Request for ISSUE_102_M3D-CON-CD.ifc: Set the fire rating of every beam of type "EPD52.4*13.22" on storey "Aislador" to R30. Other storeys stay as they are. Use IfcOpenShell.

First a look at what the model holds.

```python
import ifcopenshell
import ifcopenshell.util.element

model = ifcopenshell.open("ISSUE_102_M3D-CON-CD.ifc")
print(model.schema)
storey = next(s for s in model.by_type("IfcBuildingStorey") if s.Name == "Aislador")
beams = [e for e in ifcopenshell.util.element.get_decomposition(storey) if e.is_a("IfcBeam")]
seen = {}
for e in beams:
    element_type = ifcopenshell.util.element.get_type(e)
    key = (element_type.Name if element_type != e and element_type else None, ifcopenshell.util.element.get_pset(e, "Pset_BeamCommon", "FireRating"))
    seen[key] = seen.get(key, 0) + 1
for (name, value), count in sorted(seen.items(), key=str):
    print(count, "x", name, "|", value)
```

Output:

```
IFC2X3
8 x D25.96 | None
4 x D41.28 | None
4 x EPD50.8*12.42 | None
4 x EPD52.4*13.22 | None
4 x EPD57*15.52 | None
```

```python
import ifcopenshell
import ifcopenshell.api.pset
import ifcopenshell.util.element

model = ifcopenshell.open("ISSUE_102_M3D-CON-CD.ifc")

storey = next(s for s in model.by_type("IfcBuildingStorey") if s.Name == "Aislador")
beams = [e for e in ifcopenshell.util.element.get_decomposition(storey) if e.is_a("IfcBeam")]

count = 0
for e in beams:
    element_type = ifcopenshell.util.element.get_type(e)
    if element_type in (None, e) or element_type.Name != "EPD52.4*13.22":
        continue
    found = ifcopenshell.util.element.get_pset(e, "Pset_BeamCommon", should_inherit=False)
    if found:
        pset = model.by_id(found["id"])
        if len(ifcopenshell.util.element.get_elements_by_pset(pset)) > 1:
            pset = ifcopenshell.api.pset.unshare_pset(model, products=[e], pset=pset)[0]
    else:
        pset = ifcopenshell.api.pset.add_pset(model, product=e, name="Pset_BeamCommon")
    ifcopenshell.api.pset.edit_pset(model, pset=pset, properties={"FireRating": "R30"})
    count += 1

print(count, "beams updated")

model.write("ISSUE_102_M3D-CON-CD_updated.ifc")
```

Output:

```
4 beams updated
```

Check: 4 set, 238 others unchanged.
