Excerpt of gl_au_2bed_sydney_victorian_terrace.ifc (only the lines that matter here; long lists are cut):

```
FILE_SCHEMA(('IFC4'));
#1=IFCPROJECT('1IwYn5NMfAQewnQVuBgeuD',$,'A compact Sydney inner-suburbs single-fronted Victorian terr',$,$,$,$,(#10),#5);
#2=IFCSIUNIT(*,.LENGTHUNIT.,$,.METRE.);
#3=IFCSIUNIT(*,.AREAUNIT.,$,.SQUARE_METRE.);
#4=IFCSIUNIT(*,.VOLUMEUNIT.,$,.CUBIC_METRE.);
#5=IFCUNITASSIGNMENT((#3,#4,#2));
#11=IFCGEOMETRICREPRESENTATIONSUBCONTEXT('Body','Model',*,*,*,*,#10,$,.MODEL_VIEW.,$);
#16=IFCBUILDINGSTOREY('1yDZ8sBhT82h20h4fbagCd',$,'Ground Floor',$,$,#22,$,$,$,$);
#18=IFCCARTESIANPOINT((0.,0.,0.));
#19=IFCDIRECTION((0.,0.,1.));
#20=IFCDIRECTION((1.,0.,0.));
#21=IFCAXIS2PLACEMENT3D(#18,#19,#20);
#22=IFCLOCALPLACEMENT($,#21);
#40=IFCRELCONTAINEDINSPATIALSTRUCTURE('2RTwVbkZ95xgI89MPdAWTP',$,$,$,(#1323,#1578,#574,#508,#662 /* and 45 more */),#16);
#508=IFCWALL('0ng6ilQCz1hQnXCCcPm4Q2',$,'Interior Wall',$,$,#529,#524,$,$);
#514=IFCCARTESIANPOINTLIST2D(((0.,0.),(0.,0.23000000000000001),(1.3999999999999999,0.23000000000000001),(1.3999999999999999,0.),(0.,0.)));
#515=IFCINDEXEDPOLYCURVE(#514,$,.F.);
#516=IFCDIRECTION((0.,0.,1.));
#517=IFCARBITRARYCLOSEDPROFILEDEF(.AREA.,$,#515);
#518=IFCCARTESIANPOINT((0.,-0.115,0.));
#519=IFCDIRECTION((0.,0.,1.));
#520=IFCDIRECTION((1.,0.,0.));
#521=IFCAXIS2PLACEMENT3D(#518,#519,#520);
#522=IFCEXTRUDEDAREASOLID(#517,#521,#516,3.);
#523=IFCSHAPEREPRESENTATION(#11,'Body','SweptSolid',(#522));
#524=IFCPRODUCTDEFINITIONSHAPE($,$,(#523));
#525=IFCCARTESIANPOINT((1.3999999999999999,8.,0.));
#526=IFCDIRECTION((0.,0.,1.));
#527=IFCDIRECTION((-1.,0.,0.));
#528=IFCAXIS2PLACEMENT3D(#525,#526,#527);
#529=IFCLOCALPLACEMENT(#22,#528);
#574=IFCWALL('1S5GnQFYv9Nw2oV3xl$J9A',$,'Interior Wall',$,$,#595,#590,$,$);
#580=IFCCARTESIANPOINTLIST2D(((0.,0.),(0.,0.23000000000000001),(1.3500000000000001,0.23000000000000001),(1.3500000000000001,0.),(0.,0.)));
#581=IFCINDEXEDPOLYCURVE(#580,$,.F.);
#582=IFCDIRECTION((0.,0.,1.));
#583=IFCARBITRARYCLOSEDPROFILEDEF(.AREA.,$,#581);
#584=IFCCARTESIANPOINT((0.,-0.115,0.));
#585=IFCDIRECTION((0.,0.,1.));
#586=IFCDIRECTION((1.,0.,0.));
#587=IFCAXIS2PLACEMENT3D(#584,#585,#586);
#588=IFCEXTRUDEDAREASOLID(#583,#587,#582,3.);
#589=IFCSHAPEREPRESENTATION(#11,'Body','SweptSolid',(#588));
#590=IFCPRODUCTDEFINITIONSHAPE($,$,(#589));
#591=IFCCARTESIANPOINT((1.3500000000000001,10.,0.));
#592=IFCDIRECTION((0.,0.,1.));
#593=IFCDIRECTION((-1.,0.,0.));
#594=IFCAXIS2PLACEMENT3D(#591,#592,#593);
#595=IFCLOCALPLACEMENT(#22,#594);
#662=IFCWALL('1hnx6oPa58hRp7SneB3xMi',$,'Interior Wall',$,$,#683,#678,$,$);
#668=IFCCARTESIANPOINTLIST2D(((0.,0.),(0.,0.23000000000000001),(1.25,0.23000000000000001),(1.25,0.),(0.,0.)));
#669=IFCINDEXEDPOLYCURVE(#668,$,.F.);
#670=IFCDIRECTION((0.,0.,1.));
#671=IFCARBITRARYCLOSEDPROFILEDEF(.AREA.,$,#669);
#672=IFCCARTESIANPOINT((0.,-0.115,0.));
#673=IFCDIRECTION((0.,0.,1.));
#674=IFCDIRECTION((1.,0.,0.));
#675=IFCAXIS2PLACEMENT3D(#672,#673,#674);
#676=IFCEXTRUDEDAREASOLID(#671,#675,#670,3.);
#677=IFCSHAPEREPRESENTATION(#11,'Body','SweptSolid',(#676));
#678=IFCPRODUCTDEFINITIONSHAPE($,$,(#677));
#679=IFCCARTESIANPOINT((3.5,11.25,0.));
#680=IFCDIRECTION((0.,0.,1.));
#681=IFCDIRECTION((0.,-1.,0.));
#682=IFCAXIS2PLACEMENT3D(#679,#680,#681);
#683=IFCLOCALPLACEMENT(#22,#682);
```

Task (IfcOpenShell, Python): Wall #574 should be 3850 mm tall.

```python
import ifcopenshell
import ifcopenshell.geom
import ifcopenshell.util.representation
import ifcopenshell.util.shape
import ifcopenshell.util.unit

model = ifcopenshell.open("gl_au_2bed_sydney_victorian_terrace.ifc")
unit_scale = ifcopenshell.util.unit.calculate_unit_scale(model)
settings = ifcopenshell.geom.settings()


def volume(element):
    """Net volume in cubic metres, openings subtracted."""
    shape = ifcopenshell.geom.create_shape(settings, element)
    return ifcopenshell.util.shape.get_volume(shape.geometry)


wall = model.by_guid("1S5GnQFYv9Nw2oV3xl$J9A")
before = volume(wall)

body = ifcopenshell.util.representation.get_representation(wall, "Model", "Body")
solid = body.Items[0]
old_height = solid.Depth
solid.Depth = 3.85 / unit_scale
after = volume(wall)

print(f"height {old_height:g} -> {solid.Depth:g}, volume {before:.3f} -> {after:.3f} m3")

model.write("gl_au_2bed_sydney_victorian_terrace_v2.ifc")
```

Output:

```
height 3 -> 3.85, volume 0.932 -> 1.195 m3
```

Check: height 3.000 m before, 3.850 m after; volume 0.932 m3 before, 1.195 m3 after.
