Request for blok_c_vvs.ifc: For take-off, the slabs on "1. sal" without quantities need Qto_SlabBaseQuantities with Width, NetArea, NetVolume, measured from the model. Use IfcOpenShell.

First a look at what the model holds.

```python
import ifcopenshell
import ifcopenshell.util.element
import ifcopenshell.util.unit

model = ifcopenshell.open("blok_c_vvs.ifc")
print(model.schema)
for unit_type in ("LENGTHUNIT", "AREAUNIT", "VOLUMEUNIT"):
    print(unit_type, ifcopenshell.util.unit.calculate_unit_scale(model, unit_type))
storey = next(s for s in model.by_type("IfcBuildingStorey") if s.Name == "1. sal")
slabs = [e for e in ifcopenshell.util.element.get_decomposition(storey) if e.is_a("IfcSlab")]
for e in sorted(slabs, key=lambda e: e.id()):
    print(e.id(), e.is_a(), e.Name, list(ifcopenshell.util.element.get_psets(e, qtos_only=True)), sep=" | ")
```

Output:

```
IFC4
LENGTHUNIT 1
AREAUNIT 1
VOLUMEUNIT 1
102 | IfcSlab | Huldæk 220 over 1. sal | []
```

```python
import ifcopenshell
import ifcopenshell.api.pset
import ifcopenshell.geom
import ifcopenshell.util.element
import ifcopenshell.util.shape
import ifcopenshell.util.unit

model = ifcopenshell.open("blok_c_vvs.ifc")
unit_scale = ifcopenshell.util.unit.calculate_unit_scale(model)
area_scale = ifcopenshell.util.unit.calculate_unit_scale(model, "AREAUNIT")
volume_scale = ifcopenshell.util.unit.calculate_unit_scale(model, "VOLUMEUNIT")
settings = ifcopenshell.geom.settings()

storey = next(s for s in model.by_type("IfcBuildingStorey") if s.Name == "1. sal")
slabs = [e for e in ifcopenshell.util.element.get_decomposition(storey) if e.is_a("IfcSlab")]

for e in sorted(slabs, key=lambda e: e.id()):
    if ifcopenshell.util.element.get_psets(e, qtos_only=True, should_inherit=False):
        continue
    # Geometry comes back in metres, in the element's own axes.
    shape = ifcopenshell.geom.create_shape(settings, e)
    values = {
        "Width": ifcopenshell.util.shape.get_z(shape.geometry) / unit_scale,
        "NetArea": ifcopenshell.util.shape.get_footprint_area(shape.geometry) / area_scale,
        "NetVolume": ifcopenshell.util.shape.get_volume(shape.geometry) / volume_scale,
    }
    qto = ifcopenshell.api.pset.add_qto(model, product=e, name="Qto_SlabBaseQuantities")
    ifcopenshell.api.pset.edit_qto(model, qto=qto, properties=values)
    print(e.id(), {k: round(v, 3) for k, v in values.items()})

model.write("blok_c_vvs-out.ifc")
```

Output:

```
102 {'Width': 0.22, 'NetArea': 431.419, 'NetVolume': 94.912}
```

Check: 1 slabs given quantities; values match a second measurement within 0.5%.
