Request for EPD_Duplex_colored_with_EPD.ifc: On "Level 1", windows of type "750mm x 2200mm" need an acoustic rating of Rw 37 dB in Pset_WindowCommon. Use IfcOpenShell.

First a look at what the model holds.

```python
import ifcopenshell
import ifcopenshell.util.element

model = ifcopenshell.open("EPD_Duplex_colored_with_EPD.ifc")
print(model.schema)
storey = next(s for s in model.by_type("IfcBuildingStorey") if s.Name == "Level 1")
windows = [e for e in ifcopenshell.util.element.get_decomposition(storey) if e.is_a("IfcWindow")]
seen = {}
for e in windows:
    element_type = ifcopenshell.util.element.get_type(e)
    key = (element_type.Name if element_type != e and element_type else None, ifcopenshell.util.element.get_pset(e, "Pset_WindowCommon", "AcousticRating"))
    seen[key] = seen.get(key, 0) + 1
for (name, value), count in sorted(seen.items(), key=str):
    print(count, "x", name, "|", value)
```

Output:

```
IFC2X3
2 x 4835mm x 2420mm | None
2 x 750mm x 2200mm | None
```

```python
import ifcopenshell
import ifcopenshell.api.pset
import ifcopenshell.util.element

model = ifcopenshell.open("EPD_Duplex_colored_with_EPD.ifc")

storey = next(s for s in model.by_type("IfcBuildingStorey") if s.Name == "Level 1")
windows = [e for e in ifcopenshell.util.element.get_decomposition(storey) if e.is_a("IfcWindow")]

count = 0
for e in windows:
    element_type = ifcopenshell.util.element.get_type(e)
    if element_type in (None, e) or element_type.Name != "750mm x 2200mm":
        continue
    # add_pset returns the element's existing set when there is one.
    pset = ifcopenshell.api.pset.add_pset(model, product=e, name="Pset_WindowCommon")
    ifcopenshell.api.pset.edit_pset(model, pset=pset, properties={"AcousticRating": "Rw 37 dB"})
    count += 1

print(count, "windows updated")

model.write("EPD_Duplex_colored_with_EPD-out.ifc")
```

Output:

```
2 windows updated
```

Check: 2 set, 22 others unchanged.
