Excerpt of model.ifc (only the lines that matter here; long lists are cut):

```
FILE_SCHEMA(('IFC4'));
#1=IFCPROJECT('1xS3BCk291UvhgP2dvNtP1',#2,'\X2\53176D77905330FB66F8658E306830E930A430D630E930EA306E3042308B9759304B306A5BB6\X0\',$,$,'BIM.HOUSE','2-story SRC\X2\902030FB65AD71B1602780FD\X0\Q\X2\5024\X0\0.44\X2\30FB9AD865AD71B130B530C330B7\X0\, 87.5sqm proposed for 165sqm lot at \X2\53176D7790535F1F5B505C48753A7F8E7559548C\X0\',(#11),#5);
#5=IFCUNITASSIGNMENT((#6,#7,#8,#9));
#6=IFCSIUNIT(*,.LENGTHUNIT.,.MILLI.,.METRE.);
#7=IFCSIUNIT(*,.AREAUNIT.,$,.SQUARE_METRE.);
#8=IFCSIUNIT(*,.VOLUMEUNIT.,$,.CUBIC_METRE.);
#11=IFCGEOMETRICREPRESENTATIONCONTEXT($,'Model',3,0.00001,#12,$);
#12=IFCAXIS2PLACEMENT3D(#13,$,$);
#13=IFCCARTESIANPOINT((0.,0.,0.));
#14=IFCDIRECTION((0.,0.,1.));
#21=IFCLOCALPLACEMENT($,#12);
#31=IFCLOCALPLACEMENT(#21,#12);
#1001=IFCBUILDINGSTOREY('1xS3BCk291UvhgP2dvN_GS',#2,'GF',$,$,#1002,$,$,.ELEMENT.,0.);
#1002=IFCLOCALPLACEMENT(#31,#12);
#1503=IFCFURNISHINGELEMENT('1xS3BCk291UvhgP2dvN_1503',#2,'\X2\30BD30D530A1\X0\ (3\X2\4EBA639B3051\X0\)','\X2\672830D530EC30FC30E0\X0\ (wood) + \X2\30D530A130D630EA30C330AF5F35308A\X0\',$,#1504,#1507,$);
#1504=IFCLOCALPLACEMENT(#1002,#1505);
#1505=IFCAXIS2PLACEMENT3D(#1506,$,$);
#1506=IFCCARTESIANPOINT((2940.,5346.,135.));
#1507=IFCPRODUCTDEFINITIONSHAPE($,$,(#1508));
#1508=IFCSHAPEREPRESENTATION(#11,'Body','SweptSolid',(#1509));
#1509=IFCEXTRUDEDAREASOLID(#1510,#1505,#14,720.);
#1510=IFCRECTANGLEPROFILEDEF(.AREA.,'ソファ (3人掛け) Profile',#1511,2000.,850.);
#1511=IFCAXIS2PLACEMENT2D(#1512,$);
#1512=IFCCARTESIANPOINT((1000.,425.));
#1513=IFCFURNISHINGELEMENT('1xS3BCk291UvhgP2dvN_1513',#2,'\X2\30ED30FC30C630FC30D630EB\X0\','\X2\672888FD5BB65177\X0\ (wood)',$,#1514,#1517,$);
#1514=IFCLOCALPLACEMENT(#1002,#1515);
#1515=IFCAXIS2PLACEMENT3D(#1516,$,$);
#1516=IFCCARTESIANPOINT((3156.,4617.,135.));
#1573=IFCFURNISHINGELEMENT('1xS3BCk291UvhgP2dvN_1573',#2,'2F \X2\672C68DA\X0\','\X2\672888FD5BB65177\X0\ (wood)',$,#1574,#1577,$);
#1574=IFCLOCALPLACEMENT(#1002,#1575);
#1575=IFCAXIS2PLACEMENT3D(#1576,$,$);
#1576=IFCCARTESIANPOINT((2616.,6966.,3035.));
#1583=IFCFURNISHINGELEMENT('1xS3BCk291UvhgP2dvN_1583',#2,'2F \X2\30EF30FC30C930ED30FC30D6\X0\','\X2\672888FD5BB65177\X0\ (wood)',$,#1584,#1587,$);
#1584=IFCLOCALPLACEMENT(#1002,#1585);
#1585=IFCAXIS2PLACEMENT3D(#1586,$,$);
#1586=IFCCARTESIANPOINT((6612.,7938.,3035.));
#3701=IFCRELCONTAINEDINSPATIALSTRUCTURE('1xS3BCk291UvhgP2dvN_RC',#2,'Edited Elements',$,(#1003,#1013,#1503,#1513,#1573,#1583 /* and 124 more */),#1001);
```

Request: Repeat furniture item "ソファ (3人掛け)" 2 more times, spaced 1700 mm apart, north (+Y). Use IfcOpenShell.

```python
import numpy as np
import ifcopenshell
import ifcopenshell.api.geometry
import ifcopenshell.api.root
import ifcopenshell.util.element
import ifcopenshell.util.placement
import ifcopenshell.util.unit

model = ifcopenshell.open("model.ifc")
unit_scale = ifcopenshell.util.unit.calculate_unit_scale(model)


def reuse_history(source, copy):
    """copy_class also copies each property set's owner history, people and application; keep the originals."""
    for rel in copy.IsDefinedBy:
        if rel.is_a("IfcRelDefinesByProperties") and (history := rel.RelatingPropertyDefinition.OwnerHistory):
            rel.RelatingPropertyDefinition.OwnerHistory = source.OwnerHistory
            ifcopenshell.util.element.remove_deep2(model, history)


source = model.by_guid("1xS3BCk291UvhgP2dvN_1503")
base = ifcopenshell.util.placement.get_local_placement(source.ObjectPlacement)
step = np.array([0.0, 1.0, 0.0]) * 1.7 / unit_scale

for i in range(1, 3):
    copy = ifcopenshell.api.root.copy_class(model, product=source)
    copy.Representation = ifcopenshell.util.element.copy_deep(
        model, source.Representation, exclude=["IfcGeometricRepresentationContext", "IfcRepresentationMap"]
    )
    reuse_history(source, copy)
    matrix = base.copy()
    matrix[:3, 3] += i * step
    print("added at", matrix[:3, 3].round(3) + 0.0)
    ifcopenshell.api.geometry.edit_object_placement(model, product=copy, matrix=matrix, is_si=False)

model.write("model_edited.ifc")
```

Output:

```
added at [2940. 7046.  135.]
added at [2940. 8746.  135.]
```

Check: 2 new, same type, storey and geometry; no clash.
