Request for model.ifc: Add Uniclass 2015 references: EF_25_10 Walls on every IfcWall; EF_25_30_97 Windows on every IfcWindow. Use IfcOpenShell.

First a look at what the model holds.

```python
import ifcopenshell

model = ifcopenshell.open("model.ifc")
print(model.schema)
print("classifications:", [c.Name for c in model.by_type("IfcClassification")])
for ifc_class in ("IfcDoor", "IfcRoof", "IfcStair", "IfcWall", "IfcWindow"):
    print(ifc_class, len(model.by_type(ifc_class)))
```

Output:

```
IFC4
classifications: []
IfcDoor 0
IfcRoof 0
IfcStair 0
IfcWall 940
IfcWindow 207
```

```python
import ifcopenshell
import ifcopenshell.api.classification

model = ifcopenshell.open("model.ifc")

system = ifcopenshell.api.classification.add_classification(model, classification="Uniclass 2015")

codes = {
    "IfcWall": ("EF_25_10", "Walls"),
    "IfcWindow": ("EF_25_30_97", "Windows"),
}
for ifc_class, (code, name) in codes.items():
    products = model.by_type(ifc_class)
    ifcopenshell.api.classification.add_reference(
        model, products=products, classification=system, identification=code, name=name
    )
    print(code, len(products))

model.write("model_edited.ifc")
```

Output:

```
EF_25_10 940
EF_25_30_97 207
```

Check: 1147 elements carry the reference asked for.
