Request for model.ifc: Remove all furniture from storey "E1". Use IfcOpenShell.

First a look at what the model holds.

```python
import ifcopenshell
import ifcopenshell.util.element

model = ifcopenshell.open("model.ifc")
print(model.schema)
storey = next(s for s in model.by_type("IfcBuildingStorey") if s.Name == "E1")
furniture = [e for e in ifcopenshell.util.element.get_decomposition(storey) if e.is_a("IfcFurnishingElement")]
seen = {}
for e in furniture:
    element_type = ifcopenshell.util.element.get_type(e)
    name = element_type.Name if element_type not in (None, e) else None
    seen[name] = seen.get(name, 0) + 1
for name, count in sorted(seen.items(), key=str):
    print(count, "x", name)
```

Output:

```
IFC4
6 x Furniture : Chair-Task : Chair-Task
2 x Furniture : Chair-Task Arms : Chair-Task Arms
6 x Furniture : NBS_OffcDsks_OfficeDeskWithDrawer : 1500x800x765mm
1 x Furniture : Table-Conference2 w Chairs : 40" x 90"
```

```python
import ifcopenshell
import ifcopenshell.api.root
import ifcopenshell.util.element

model = ifcopenshell.open("model.ifc")

storey = next(s for s in model.by_type("IfcBuildingStorey") if s.Name == "E1")
furniture = [e for e in ifcopenshell.util.element.get_decomposition(storey) if e.is_a("IfcFurnishingElement")]

for e in furniture:
    ifcopenshell.api.root.remove_product(model, product=e)
print(len(furniture), "removed")

model.write("model_rev.ifc")
```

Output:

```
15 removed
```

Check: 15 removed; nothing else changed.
■ ■ ■
> DESCRIPTION OF THE TASK:
Go through the listing above and write out exactly the lines starting with the one holding "Check: 2 new, same" and running through the one holding "Check: 1147 elements", ends included, and no others.

> ANSWER SPACE:
Check: 2 new, same type, storey and geometry; no clash.
Request for model.ifc: Add Uniclass 2015 references: EF_25_10 Walls on every IfcWall; EF_25_30_97 Windows on every IfcWindow. Use IfcOpenShell.

First a look at what the model holds.

```python
import ifcopenshell

model = ifcopenshell.open("model.ifc")
print(model.schema)
print("classifications:", [c.Name for c in model.by_type("IfcClassification")])
for ifc_class in ("IfcDoor", "IfcRoof", "IfcStair", "IfcWall", "IfcWindow"):
    print(ifc_class, len(model.by_type(ifc_class)))
```

Output:

```
IFC4
classifications: []
IfcDoor 0
IfcRoof 0
IfcStair 0
IfcWall 940
IfcWindow 207
```

```python
import ifcopenshell
import ifcopenshell.api.classification

model = ifcopenshell.open("model.ifc")

system = ifcopenshell.api.classification.add_classification(model, classification="Uniclass 2015")

codes = {
    "IfcWall": ("EF_25_10", "Walls"),
    "IfcWindow": ("EF_25_30_97", "Windows"),
}
for ifc_class, (code, name) in codes.items():
    products = model.by_type(ifc_class)
    ifcopenshell.api.classification.add_reference(
        model, products=products, classification=system, identification=code, name=name
    )
    print(code, len(products))

model.write("model_edited.ifc")
```

Output:

```
EF_25_10 940
EF_25_30_97 207
```

Check: 1147 elements carry the reference asked for.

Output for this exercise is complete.